The shower head using a plurality of cavity electrodes of the gas separation type is largely composed of a gas supply module 110, a gas separation module 120, and a gas injection module 140.

The gas supply module 110 in which the first gas A and the second gas B are supplied separately is composed of an external space 110a and an internal space 110b, and the first gas A is an external space ( To 110a, the second gas B is supplied insulated into the internal space 110b.

The gas separation module 120, which is a space in which each gas is provided and distributed, is positioned under the gas supply module 110, and the first gas A of the supplied first gas A and the second gas B is provided. The first region 120a includes a single space for providing a second space, and the second region 120b includes a plurality of spaces for providing a second gas (B). The second region 120b is separated from the first region 120a at the lower portion of the first region 120a, and the second region 120b is formed by the gas distribution plate 120c inside the second region 120b. The second gas B provided at) is evenly dispersed.

The first jet port 130a is formed at a lower end of the second region 120b in a space surrounding the plurality of second jet holes 130b and the plurality of second jet holes 130b.

The gas injection module 140, which forms a multi hollow cathode as a conductor, is disposed under the gas separation module 120 and includes a plurality of holes, and includes a plurality of holes inside the second hole 120b. ) Has a mixing jet hole 145 formed under the plurality of second jet holes 130b at the lower end.

Figure 2b shows the flow of each gas of Figure 2a.
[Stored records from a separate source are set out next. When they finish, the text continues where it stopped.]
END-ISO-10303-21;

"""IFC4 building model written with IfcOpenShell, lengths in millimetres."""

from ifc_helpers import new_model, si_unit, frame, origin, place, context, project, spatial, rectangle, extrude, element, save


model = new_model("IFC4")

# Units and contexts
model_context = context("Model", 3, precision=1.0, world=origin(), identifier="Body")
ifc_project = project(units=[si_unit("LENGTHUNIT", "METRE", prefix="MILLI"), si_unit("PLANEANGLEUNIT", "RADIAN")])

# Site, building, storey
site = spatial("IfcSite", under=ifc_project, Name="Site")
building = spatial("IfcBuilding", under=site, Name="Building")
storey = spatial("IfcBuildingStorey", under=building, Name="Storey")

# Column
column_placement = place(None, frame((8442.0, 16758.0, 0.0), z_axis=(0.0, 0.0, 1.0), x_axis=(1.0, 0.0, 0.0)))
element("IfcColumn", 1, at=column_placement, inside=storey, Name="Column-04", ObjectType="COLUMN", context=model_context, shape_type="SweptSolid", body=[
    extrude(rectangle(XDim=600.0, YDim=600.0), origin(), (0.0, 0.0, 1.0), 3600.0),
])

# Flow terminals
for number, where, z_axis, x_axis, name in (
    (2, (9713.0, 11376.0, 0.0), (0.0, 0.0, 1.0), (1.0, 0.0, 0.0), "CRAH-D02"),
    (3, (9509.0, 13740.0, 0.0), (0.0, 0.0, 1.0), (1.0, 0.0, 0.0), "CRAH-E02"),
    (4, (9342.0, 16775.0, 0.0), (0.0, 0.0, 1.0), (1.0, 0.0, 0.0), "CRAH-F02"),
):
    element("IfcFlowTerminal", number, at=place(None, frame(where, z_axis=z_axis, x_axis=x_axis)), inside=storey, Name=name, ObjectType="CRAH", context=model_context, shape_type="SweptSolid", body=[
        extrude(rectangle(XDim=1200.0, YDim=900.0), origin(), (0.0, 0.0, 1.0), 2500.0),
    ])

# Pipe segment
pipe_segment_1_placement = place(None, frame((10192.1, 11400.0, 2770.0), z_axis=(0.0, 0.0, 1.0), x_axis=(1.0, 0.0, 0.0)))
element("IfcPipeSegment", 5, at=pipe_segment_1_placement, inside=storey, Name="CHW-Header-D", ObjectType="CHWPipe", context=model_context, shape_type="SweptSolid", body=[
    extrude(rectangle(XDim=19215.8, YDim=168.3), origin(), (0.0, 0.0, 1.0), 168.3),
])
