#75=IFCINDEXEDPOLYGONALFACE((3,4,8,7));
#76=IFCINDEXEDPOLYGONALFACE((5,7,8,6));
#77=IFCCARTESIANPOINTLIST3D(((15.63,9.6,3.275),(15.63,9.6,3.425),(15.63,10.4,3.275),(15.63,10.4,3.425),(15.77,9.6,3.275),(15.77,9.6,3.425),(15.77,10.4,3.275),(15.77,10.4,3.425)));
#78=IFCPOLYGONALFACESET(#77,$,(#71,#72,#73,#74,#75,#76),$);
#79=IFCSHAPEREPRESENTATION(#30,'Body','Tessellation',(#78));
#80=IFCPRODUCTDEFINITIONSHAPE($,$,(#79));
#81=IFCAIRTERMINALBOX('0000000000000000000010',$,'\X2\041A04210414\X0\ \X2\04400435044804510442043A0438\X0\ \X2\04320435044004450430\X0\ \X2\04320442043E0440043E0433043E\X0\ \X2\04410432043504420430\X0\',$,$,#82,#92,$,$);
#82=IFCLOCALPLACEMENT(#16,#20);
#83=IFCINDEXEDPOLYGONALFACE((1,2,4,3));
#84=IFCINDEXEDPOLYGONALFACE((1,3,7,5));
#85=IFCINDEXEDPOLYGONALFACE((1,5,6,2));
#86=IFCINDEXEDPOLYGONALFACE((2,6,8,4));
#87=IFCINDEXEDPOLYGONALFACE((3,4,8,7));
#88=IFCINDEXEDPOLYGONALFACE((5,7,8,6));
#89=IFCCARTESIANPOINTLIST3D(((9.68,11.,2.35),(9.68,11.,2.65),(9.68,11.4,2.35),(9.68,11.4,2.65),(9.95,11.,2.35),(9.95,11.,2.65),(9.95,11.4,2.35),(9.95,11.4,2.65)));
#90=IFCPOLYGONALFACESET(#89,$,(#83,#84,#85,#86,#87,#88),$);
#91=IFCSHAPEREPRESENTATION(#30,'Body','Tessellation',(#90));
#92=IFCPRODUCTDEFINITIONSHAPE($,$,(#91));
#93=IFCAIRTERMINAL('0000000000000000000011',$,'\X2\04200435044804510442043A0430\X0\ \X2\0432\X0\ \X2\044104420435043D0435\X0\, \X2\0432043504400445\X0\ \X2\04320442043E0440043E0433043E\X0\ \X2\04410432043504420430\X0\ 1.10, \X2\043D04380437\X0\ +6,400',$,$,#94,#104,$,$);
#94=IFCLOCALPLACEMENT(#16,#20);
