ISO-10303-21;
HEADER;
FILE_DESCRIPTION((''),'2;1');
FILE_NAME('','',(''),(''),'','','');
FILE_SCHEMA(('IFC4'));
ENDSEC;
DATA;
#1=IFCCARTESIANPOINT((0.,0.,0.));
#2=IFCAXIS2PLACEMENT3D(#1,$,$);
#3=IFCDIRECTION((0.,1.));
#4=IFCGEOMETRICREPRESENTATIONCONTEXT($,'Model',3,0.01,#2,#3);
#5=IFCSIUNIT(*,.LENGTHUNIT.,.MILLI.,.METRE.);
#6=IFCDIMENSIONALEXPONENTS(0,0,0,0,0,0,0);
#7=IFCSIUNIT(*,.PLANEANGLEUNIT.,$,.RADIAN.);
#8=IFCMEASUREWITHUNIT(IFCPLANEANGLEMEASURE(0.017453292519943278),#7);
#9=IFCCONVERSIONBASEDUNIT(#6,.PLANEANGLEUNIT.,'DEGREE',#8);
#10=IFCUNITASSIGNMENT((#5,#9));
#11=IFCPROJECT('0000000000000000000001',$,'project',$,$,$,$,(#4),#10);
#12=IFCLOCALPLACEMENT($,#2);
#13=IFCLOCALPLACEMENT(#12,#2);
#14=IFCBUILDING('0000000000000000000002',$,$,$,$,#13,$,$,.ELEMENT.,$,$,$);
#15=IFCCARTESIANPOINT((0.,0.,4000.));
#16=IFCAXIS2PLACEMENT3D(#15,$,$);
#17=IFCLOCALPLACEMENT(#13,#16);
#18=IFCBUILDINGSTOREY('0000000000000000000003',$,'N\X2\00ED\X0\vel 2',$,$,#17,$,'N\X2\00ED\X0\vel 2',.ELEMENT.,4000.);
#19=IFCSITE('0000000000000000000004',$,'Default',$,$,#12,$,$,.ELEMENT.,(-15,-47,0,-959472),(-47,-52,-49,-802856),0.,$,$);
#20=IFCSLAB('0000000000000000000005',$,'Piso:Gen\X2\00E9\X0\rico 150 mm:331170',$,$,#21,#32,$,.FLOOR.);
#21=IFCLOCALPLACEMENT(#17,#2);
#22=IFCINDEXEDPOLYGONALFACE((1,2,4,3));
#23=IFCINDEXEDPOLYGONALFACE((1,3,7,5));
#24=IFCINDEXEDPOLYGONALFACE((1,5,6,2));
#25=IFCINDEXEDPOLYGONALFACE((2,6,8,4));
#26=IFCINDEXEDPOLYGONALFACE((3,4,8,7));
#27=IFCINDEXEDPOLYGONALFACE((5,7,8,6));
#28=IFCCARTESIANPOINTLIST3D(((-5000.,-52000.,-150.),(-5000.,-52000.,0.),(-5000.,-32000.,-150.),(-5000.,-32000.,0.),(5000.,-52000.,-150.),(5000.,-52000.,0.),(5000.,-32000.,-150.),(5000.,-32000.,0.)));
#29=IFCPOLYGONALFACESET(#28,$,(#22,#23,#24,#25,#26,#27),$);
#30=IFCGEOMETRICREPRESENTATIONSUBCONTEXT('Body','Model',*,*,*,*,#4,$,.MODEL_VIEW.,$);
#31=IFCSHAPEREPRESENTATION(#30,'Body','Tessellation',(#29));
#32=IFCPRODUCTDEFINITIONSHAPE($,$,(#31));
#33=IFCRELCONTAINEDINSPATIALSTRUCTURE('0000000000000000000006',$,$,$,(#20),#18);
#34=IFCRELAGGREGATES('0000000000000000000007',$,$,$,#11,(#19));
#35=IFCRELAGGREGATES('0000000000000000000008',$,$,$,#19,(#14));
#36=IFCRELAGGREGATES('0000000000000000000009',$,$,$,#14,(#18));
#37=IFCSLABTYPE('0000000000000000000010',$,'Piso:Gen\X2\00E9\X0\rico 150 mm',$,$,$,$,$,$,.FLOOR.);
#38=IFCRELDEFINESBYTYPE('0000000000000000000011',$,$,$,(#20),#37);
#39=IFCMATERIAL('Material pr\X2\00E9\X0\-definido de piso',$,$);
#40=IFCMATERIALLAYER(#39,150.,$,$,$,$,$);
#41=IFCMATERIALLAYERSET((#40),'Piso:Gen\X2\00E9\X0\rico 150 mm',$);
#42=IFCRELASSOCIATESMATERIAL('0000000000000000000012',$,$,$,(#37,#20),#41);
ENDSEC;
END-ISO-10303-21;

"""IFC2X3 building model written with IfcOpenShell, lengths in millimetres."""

from ifc_helpers import new_model, entity, si_unit, converted_unit, direction, frame, frame_2d, origin, place, context, subcontext, project, spatial, rectangle, extrude, material, layer, layer_set, layer_usage, type_object, element, save


model = new_model("IFC2X3")

# Units and contexts
model_context = context("Model", 3, precision=0.01, world=origin(), true_north=direction((0.0, 1.0)))
body_context = subcontext(model_context, "Body", "Model", "MODEL_VIEW")
ifc_project = project(units=[si_unit("LENGTHUNIT", "METRE", prefix="MILLI"), converted_unit("PLANEANGLEUNIT", "DEGREE", entity("IfcPlaneAngleMeasure", 0.017453292519943278), si_unit("PLANEANGLEUNIT", "RADIAN"), dimensions=[0, 0, 0, 0, 0, 0, 0])], contexts=[model_context])

# Site, building, storey
site_placement = place(None, origin())
site = spatial("IfcSite", under=ifc_project, at=site_placement, Name="Default", CompositionType="ELEMENT", RefLatitude=(-15, -47, 0, -959472), RefLongitude=(-47, -52, -49, -802856), RefElevation=0.0)
building_placement = place(site_placement, origin())
building = spatial("IfcBuilding", under=site, at=building_placement, CompositionType="ELEMENT")
storey_placement = place(building_placement, frame((0.0, 0.0, 4000.0)))
storey = spatial("IfcBuildingStorey", under=building, at=storey_placement, Name="Nível 2", LongName="Nível 2", CompositionType="ELEMENT", Elevation=4000.0)

# Slab
ifc_material = material(Name="Material pré-definido de piso")
ifc_layer = layer(ifc_material, 150.0)
ifc_layer_set = layer_set([ifc_layer], Name="Piso:Genérico 150 mm")
ifc_layer_usage = layer_usage(ifc_layer_set, "AXIS3", "POSITIVE", 0.0)
slab_type = type_object("IfcSlabType", Name="Piso:Genérico 150 mm", PredefinedType="FLOOR", material=ifc_layer_set)
slab_placement = place(storey_placement, origin())
element("IfcSlab", 1, at=slab_placement, inside=storey, type_object=slab_type, material=ifc_layer_usage, Name="Piso:Genérico 150 mm:331170", PredefinedType="FLOOR", context=body_context, shape_type="SweptSolid", body=[
    extrude(rectangle(XDim=20000.0, YDim=10000.0, at=frame_2d((0.0, 0.0), x_axis=(1.0, 0.0))), frame((0.0, -42000.0, 0.0), z_axis=(0.0, 0.0, -1.0), x_axis=(0.0, 1.0, 0.0)), (0.0, 0.0, 1.0), 150.0),
])

save(model, "model.ifc")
2B, the first gas A is supplied to the external space 110a of the gas supply module 110 of the gas separation shower head and passes through the first region 120a of the gas separation module 120. It is injected to the mixing injection port 145 of the gas injection module 140 through the first jet port (130a).

The second gas B is supplied to the internal space 110b of the gas supply module 110 of the gas separation shower head and passes through the plurality of second regions 120b of the gas separation module 120 to provide a plurality of second jet holes. It is injected to the mixing injection port 145 of the gas injection module 140 through 130b.

The first gas A and the second gas B, which are mixed at the mixing injection port 145, are injected into the chamber.

2A, the insulator ring 135 is located on the outer wall of the gas separation shower head, and is insulated from the gas injection module 140 to electrically insulate the gas separation module 120 from each other.

The first power applying unit 150 applies power having a first frequency to the gas separation module so that the first gas A and the second gas B are in a plasma state. The second power applying unit 160 applies power having a second frequency to the gas separation module.

Since the gas injection module 140 is closer to the substrate than the gas separation module 120, the first power applying unit 150 applies power having a high frequency of 10 MHz or more to the gas separation module 120. The second power applying unit 160 applies power having a low frequency between 100 kHz and 10 MHz to the gas injection module 140.

In the case of applying power having a high frequency, ion flux may be adjusted, and in the case of applying power having a low frequency, ion energy may be adjusted.

Therefore, when the high frequency and low frequency power is simultaneously applied to the shower head, the ion flux and the ion energy can be adjusted.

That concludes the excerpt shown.